The first line tells you the attribute and the cut off point chosen. For example, any wine with proline less than or equal to 755 goes down the left branch. The gini index is the measure used to decide which attribute or feature to split on. If you look up the decision tree classifier, you'll find other measures to try. The samples tell you how many at that node. We start with 178 wines, with 71 in class 1, with fewer in the other classes, so it reports class 1 at the first node.

For proline less than 755, we have 111 samples, still mostly in class 1. For proline greater than 755 we have 67 samples, mostly in class 0. These 67 samples can then be split on flavanoids. Anything less than 2.165 is class 2, according to this tree. Anything greater is class 0. We do have some class 2 wine on the left-most branch as well, however, I had a brief wander round the internet to read about flavanoids in wine.
Wikipedia says

In white wines the number of flavonoids is reduced due to the lesser contact with the skins that they receive during winemaking.

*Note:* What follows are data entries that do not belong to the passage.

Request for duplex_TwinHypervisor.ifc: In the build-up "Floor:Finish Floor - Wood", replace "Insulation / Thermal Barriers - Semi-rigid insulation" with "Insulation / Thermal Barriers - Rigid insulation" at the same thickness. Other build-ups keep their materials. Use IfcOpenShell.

First a look at what the model holds.

```python
import ifcopenshell
import ifcopenshell.util.element

model = ifcopenshell.open("duplex_TwinHypervisor.ifc")
print(model.schema)
for layer_set in model.by_type("IfcMaterialLayerSet"):
    if layer_set.LayerSetName == "Floor:Finish Floor - Wood":
        for layer in layer_set.MaterialLayers:
            print(layer.id(), layer.Material and layer.Material.Name, layer.LayerThickness, sep=" | ")
        print(len(ifcopenshell.util.element.get_elements_by_material(model, layer_set)), "elements and types use it")
print(sorted(m.Name for m in model.by_type("IfcMaterial") if m.Name)[:60])
```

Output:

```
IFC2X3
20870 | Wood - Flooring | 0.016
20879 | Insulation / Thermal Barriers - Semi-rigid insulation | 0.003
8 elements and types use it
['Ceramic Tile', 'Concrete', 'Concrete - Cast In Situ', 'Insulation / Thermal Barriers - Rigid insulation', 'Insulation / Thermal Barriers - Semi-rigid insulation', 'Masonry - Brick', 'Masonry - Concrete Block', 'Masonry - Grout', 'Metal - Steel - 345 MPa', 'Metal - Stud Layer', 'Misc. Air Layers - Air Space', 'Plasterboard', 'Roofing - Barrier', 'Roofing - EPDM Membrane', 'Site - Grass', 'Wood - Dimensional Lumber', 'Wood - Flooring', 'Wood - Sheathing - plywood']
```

```python
import ifcopenshell
import ifcopenshell.api.material

model = ifcopenshell.open("duplex_TwinHypervisor.ifc")

layer_set = next(s for s in model.by_type("IfcMaterialLayerSet") if s.LayerSetName == "Floor:Finish Floor - Wood")
layer = next(l for l in layer_set.MaterialLayers if l.Material and l.Material.Name == "Insulation / Thermal Barriers - Semi-rigid insulation")
material = next(m for m in model.by_type("IfcMaterial") if m.Name == "Insulation / Thermal Barriers - Rigid insulation")

# Point this one layer at the other material; renaming the old one would change it everywhere.
ifcopenshell.api.material.edit_layer(model, layer=layer, attributes={}, material=material)

print([l.Material.Name if l.Material else None for l in layer_set.MaterialLayers])

model.write("duplex_TwinHypervisor_rev.ifc")
```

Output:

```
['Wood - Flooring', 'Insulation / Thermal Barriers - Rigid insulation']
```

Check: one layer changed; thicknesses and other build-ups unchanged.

Is class 2 white wine? Who knows. It could be. The decision tree made this stand out far more clearly than looking directly at the input data.


I've put the code in a gist if you want to play around with it:
https://gist.github.com/doctorlove/bf6e42658d5806a61669a844b885983b

I think I've included everything here though.



I was planning on giving this as a lightning talk at the ACCU conference, but since it was cancelled this year, because of COVID-19, I wrote this short blog instead. If you can figure out what the types of wine are, get in touch.